Search code examples
rfunctionscoping

Extraction operator `$`() returns zero-length vectors within function


I am encountering an issue when I use the extraction operator `$() inside of a function. The problem does not exist if I follow the same logic outside of the loop, so I assume there might be a scoping issue that I'm unaware of.

The general setup:

## Make some fake data for your reproducible needs.
set.seed(2345)

my_df <- data.frame(cat_1 = sample(c("a", "b"), 100, replace = TRUE),
                    cat_2 = sample(c("c", "d"), 100, replace = TRUE),
                    continuous  = rnorm(100),
                    stringsAsFactors = FALSE)
head(my_df)

This process I am trying to dynamically reproduce:

index <- which(`$`(my_df, "cat_1") == "a")

my_df$continuous[index]

But once I program this logic into a function, it fails:

## Function should take a string for the following:
##  cat_var - string with the categorical variable name as it appears in df
##  level - a level of cat_var appearing in df
##  df - data frame to operate on.  Function assumes it has a column 
##    "continuous".
extract_sample <- function(cat_var, level, df = my_df) {

  index <- which(`$`(df, cat_var) == level)

  df$continuous[index]

}

## Does not work.
extract_sample(cat_var = "cat_1", level = "a")

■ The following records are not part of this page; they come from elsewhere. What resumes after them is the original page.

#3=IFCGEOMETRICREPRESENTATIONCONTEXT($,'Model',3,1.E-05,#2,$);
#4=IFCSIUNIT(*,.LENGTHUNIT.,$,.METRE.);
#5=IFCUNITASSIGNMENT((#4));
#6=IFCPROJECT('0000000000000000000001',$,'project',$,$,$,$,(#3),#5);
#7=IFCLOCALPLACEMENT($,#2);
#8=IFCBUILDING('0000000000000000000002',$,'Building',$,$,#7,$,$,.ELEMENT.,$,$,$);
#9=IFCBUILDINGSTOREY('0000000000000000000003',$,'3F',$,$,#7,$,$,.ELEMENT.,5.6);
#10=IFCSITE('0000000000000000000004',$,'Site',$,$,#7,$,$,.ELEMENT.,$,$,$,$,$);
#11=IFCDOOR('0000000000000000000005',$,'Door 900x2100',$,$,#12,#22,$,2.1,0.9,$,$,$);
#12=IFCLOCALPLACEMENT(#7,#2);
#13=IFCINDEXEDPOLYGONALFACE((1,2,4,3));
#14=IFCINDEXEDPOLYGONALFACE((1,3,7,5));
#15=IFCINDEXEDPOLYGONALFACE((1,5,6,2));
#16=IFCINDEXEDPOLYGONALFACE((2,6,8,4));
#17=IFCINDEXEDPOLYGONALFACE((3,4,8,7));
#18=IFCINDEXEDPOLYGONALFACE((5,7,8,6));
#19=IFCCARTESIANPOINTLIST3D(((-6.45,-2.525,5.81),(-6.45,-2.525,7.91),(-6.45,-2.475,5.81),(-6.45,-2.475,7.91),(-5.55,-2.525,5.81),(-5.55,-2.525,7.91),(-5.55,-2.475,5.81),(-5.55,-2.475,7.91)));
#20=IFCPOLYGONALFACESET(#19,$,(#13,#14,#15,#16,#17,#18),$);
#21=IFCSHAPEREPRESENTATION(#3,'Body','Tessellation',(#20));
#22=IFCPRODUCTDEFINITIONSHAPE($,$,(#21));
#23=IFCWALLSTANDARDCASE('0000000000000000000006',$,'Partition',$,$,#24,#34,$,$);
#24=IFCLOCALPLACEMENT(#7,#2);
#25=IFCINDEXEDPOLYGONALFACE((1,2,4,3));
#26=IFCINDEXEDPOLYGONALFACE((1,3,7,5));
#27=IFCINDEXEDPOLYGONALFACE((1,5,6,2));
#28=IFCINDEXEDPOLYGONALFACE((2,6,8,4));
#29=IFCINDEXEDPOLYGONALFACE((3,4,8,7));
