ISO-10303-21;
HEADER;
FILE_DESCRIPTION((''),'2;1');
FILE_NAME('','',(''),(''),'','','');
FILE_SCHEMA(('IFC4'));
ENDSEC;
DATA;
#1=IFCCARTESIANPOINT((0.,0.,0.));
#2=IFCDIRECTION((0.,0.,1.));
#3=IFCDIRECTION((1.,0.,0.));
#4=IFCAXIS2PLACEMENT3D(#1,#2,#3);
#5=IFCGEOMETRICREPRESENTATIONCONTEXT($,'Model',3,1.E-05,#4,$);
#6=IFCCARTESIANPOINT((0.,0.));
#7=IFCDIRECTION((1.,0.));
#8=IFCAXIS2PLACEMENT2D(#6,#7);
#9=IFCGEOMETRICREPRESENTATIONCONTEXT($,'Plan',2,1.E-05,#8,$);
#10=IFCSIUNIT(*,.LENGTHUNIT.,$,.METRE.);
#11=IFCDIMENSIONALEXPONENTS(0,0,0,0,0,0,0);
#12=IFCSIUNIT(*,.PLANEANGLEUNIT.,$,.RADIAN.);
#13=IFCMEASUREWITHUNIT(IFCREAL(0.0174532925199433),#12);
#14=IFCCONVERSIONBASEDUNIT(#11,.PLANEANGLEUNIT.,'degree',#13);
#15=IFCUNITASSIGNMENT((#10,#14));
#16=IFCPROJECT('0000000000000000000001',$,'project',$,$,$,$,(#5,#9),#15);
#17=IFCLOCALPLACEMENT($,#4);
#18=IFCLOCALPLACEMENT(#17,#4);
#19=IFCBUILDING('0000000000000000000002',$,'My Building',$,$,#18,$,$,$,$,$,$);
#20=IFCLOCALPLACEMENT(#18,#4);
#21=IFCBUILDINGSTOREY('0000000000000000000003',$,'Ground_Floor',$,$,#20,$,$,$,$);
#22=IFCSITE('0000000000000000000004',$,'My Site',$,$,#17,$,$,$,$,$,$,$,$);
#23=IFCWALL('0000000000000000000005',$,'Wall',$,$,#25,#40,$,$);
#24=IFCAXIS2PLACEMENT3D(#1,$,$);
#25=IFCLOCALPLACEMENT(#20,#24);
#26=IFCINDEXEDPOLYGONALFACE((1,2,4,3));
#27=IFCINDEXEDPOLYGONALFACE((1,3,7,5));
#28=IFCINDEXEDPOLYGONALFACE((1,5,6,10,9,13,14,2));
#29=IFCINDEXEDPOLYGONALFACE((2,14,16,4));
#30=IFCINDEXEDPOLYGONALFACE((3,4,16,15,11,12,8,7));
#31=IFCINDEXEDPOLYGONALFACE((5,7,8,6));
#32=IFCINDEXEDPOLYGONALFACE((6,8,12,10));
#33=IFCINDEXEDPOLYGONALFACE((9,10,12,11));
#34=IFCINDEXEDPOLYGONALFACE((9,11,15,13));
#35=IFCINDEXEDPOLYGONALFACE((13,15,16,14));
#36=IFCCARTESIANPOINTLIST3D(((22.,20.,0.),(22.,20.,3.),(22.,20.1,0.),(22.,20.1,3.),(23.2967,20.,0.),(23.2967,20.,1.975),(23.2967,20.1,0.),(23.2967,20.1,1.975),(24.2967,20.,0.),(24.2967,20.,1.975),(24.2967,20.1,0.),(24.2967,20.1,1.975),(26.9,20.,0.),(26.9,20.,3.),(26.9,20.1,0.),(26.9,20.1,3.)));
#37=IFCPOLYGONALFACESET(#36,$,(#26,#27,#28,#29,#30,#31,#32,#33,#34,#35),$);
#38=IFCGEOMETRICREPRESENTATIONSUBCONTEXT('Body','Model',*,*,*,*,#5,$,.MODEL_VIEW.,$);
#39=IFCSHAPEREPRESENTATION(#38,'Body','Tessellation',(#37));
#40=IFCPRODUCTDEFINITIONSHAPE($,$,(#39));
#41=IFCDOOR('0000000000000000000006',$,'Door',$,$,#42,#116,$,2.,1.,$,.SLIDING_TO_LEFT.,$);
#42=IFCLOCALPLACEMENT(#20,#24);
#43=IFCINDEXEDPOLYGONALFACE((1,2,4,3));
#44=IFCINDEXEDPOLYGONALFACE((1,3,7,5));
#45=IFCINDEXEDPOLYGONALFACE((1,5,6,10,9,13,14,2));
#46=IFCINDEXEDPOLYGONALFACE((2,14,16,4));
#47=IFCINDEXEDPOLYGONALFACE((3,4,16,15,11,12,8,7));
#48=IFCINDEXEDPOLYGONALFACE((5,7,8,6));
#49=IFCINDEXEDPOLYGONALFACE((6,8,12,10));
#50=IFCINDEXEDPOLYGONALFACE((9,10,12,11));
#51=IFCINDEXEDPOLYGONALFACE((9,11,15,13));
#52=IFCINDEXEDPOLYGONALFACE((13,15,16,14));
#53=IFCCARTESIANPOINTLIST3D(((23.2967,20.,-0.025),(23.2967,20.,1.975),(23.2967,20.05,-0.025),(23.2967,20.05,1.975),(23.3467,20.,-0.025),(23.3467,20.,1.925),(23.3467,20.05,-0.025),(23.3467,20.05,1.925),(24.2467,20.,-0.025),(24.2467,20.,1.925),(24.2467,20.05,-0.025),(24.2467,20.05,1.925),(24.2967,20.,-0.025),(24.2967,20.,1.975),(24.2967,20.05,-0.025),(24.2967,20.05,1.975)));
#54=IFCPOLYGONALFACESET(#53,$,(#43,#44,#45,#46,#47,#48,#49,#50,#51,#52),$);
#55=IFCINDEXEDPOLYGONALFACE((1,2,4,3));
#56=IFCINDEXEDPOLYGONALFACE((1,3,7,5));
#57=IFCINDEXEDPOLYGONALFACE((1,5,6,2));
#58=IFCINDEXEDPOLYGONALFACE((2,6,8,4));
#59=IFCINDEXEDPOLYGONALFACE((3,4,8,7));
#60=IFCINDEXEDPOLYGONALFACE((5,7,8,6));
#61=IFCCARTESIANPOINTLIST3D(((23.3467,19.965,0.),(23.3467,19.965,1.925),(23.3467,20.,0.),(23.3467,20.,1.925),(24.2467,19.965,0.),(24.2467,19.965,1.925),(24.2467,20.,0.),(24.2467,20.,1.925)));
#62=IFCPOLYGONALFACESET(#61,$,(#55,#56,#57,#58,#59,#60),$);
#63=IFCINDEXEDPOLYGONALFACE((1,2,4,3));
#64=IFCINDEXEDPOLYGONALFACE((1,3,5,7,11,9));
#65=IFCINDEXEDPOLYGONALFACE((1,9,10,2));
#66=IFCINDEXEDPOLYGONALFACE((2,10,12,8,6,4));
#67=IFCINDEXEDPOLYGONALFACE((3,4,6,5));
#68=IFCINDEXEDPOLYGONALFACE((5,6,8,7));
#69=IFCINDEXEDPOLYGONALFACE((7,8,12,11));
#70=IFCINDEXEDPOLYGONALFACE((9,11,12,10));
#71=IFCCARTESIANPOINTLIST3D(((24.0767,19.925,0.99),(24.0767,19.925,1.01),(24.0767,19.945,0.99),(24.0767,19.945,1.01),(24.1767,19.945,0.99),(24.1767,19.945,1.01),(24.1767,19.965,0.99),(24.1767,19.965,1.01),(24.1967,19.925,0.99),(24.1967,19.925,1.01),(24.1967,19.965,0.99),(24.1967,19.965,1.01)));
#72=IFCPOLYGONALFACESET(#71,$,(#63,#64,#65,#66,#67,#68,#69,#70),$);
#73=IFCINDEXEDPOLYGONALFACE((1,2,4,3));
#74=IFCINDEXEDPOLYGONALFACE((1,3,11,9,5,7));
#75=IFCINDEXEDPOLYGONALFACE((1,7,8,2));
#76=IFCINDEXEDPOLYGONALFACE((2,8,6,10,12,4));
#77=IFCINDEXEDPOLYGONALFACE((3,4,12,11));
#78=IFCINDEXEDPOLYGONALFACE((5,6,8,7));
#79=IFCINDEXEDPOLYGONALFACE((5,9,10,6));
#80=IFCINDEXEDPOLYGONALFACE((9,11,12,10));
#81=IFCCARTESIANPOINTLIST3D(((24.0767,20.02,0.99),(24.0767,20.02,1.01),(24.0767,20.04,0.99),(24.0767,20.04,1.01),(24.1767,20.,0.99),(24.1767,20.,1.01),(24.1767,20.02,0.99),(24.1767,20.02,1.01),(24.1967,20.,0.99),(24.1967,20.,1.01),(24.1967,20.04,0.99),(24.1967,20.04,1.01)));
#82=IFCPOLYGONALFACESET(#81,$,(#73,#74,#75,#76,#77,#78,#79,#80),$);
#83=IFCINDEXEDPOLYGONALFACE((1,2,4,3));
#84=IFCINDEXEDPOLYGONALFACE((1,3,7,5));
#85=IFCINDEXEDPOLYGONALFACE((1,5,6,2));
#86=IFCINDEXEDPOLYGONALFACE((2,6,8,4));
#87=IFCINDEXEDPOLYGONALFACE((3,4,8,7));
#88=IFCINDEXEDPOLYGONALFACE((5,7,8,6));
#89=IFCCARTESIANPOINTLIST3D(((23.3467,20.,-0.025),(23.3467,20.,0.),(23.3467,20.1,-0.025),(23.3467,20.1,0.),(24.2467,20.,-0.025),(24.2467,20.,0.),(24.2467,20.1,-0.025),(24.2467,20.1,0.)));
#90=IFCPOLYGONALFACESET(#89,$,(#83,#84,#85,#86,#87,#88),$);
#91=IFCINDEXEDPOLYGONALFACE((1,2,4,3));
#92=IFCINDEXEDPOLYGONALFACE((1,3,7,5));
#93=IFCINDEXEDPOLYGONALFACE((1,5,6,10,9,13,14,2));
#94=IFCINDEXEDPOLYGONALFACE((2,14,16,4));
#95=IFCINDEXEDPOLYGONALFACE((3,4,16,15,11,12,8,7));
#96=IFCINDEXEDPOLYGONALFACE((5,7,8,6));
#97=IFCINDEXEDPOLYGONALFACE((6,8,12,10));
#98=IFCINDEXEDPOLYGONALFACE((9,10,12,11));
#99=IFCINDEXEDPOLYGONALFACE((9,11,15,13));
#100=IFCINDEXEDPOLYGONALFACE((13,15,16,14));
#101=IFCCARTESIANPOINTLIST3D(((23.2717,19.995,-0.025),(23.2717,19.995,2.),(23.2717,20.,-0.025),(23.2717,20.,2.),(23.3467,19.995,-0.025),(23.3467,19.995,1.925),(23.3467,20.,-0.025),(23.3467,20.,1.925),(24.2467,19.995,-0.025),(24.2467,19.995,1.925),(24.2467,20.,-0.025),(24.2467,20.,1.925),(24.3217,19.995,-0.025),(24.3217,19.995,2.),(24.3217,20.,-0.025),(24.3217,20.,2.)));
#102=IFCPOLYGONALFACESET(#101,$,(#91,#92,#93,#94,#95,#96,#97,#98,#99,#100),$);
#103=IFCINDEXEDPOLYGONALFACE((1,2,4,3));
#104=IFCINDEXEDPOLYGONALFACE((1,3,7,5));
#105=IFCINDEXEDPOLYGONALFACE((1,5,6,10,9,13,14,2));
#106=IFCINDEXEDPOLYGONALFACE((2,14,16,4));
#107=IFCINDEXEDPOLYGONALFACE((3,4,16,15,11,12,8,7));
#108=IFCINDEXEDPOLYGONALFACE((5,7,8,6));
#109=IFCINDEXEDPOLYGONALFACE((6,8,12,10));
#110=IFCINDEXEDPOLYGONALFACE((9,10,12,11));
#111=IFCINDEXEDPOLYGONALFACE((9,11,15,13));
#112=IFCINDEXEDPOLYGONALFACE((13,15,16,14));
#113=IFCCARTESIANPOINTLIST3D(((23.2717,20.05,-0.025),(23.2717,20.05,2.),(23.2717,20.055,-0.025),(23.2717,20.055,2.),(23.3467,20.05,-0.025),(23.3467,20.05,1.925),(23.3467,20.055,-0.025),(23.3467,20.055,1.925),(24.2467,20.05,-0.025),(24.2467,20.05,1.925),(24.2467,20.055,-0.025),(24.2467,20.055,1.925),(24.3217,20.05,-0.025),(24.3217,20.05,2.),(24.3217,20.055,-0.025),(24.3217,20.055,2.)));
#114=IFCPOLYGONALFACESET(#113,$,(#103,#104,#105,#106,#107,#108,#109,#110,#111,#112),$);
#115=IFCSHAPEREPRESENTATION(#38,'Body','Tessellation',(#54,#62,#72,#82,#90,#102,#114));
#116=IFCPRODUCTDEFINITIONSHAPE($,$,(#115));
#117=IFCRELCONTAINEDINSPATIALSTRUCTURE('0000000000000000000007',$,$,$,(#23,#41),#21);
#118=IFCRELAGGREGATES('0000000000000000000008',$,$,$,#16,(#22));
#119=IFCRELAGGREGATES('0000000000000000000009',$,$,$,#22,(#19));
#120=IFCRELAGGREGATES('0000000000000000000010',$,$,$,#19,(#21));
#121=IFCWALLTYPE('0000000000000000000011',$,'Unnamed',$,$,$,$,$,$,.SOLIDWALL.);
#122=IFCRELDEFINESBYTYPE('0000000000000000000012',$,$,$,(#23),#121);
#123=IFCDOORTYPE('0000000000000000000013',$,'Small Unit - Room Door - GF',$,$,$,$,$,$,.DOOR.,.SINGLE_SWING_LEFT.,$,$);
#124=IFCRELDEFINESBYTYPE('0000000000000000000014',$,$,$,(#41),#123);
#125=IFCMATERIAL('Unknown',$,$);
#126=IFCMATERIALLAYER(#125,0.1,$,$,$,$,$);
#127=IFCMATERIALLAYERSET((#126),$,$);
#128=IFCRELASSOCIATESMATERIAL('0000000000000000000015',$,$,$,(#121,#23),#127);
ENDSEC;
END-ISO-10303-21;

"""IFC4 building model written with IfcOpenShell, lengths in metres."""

from ifc_helpers import new_model, entity, si_unit, converted_unit, frame, origin_with_axes, origin_2d_with_axis, place, context, subcontext, project, spatial, line, indexed_curve, outline, extrude, shape, source, transform, mapped, material, layer, layer_set, layer_usage, type_object, type_shapes, element, fill, save


model = new_model("IFC4")

# Units and contexts
model_context = context("Model", 3, precision=1e-05, world=origin_with_axes())
plan_context = context("Plan", 2, precision=1e-05, world=origin_2d_with_axis())
body_context_1 = subcontext(model_context, "Body", "Model", "MODEL_VIEW")
body_context_2 = subcontext(plan_context, "Body", "Plan", "PLAN_VIEW")
ifc_project = project(units=[si_unit("LENGTHUNIT", "METRE"), converted_unit("PLANEANGLEUNIT", "degree", entity("IfcReal", 0.0174532925199433), si_unit("PLANEANGLEUNIT", "RADIAN"), dimensions=[0, 0, 0, 0, 0, 0, 0])], contexts=[model_context, plan_context])

# Site, building, storey
site_placement = place(None, origin_with_axes())
site = spatial("IfcSite", under=ifc_project, at=site_placement, Name="My Site")
building_placement = place(site_placement, origin_with_axes())
building = spatial("IfcBuilding", under=site, at=building_placement, Name="My Building")
storey_placement = place(building_placement, origin_with_axes())
storey = spatial("IfcBuildingStorey", under=building, at=storey_placement, Name="Ground_Floor")

# Shared definitions
ifc_material = material(Name="Unknown")
ifc_layer = layer(ifc_material, 0.1)
ifc_layer_set = layer_set([ifc_layer])
wall_type = type_object("IfcWallType", Name="Unnamed", PredefinedType="SOLIDWALL", material=ifc_layer_set)

# Shared definitions
shared_shape_1 = source(origin_with_axes(), body_context_1, "Body", "SweptSolid", [
    extrude(outline(indexed_curve([(0.0, 0.0), (1.0, 0.0), (1.0, 2.0), (0.0, 2.0)], segments=[line(1, 2, 3, 4, 1)])), frame((0.0, -0.6, 0.0), z_axis=(0.0, -1.0, 0.0), x_axis=(1.0, 0.0, 0.0)), (0.0, 0.0, -1.0), 1.2),
])
door_type_1 = type_object("IfcDoorType", Name="Small Unit - Room Door - GF", OperationType="SINGLE_SWING_LEFT", PredefinedType="DOOR")
shared_shape_2 = source(origin_with_axes(), body_context_1, "Body", "SweptSolid", [
    extrude(outline(indexed_curve([(0.0, 0.0), (0.0, 2.0), (1.0, 2.0), (1.0, 0.0), (0.95, 0.0), (0.95, 1.95), (0.05, 1.95), (0.05, 0.0)], segments=[line(1, 2, 3, 4, 5, 6, 7, 8, 1)])), frame((0.0, 0.0, 0.0), z_axis=(0.0, -1.0, 0.0), x_axis=(1.0, 0.0, 0.0)), (0.0, 0.0, -1.0), 0.05),
    extrude(outline(indexed_curve([(0.0, 0.0), (0.9, 0.0), (0.9, 0.035), (0.0, 0.035)], segments=[line(1, 2, 3, 4, 1)])), frame((0.05, -0.035, 0.025), z_axis=(0.0, 0.0, 1.0), x_axis=(1.0, 0.0, 0.0)), (0.0, 0.0, 1.0), 1.925),
    extrude(outline(indexed_curve([(0.0, 0.0), (0.0, -0.04), (-0.12, -0.04), (-0.12, -0.02), (-0.02, -0.02), (-0.02, 0.0)], segments=[line(1, 2, 3, 4, 5, 6, 1)])), frame((0.9, -0.035, 1.015), z_axis=(0.0, 0.0, 1.0), x_axis=(1.0, 0.0, 0.0)), (0.0, 0.0, 1.0), 0.02),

This is returning numeric(0). Any thoughts on what I'm missing? Alternative approaches are welcome as well.


Solution

  • The problem isn't the function, it's the way $ handles the input.

    cat_var = "cat_1"
    length(`$`(my_df,"cat_1"))
    #> [1] 100
    length(`$`(my_df,cat_var))
    #> [1] 0 
    

    You can instead use [[ to achieve your desired outcome.

    cat_var = "cat_1"
    length(`[[`(my_df,"cat_1"))
    #> [1] 100
    length(`[[`(my_df,cat_var))
    #> [1] 100
    

    UPDATE

    It's been noted that using [[ this way is ugly. And it is. It's useful when you want to write something like lapply(stuff,'[[',1)

    Here, you should probably be writing it as my_df[[cat_var]].

    Also, this question/answer goes into a little more detail about why $ doesn't work the way you want it to.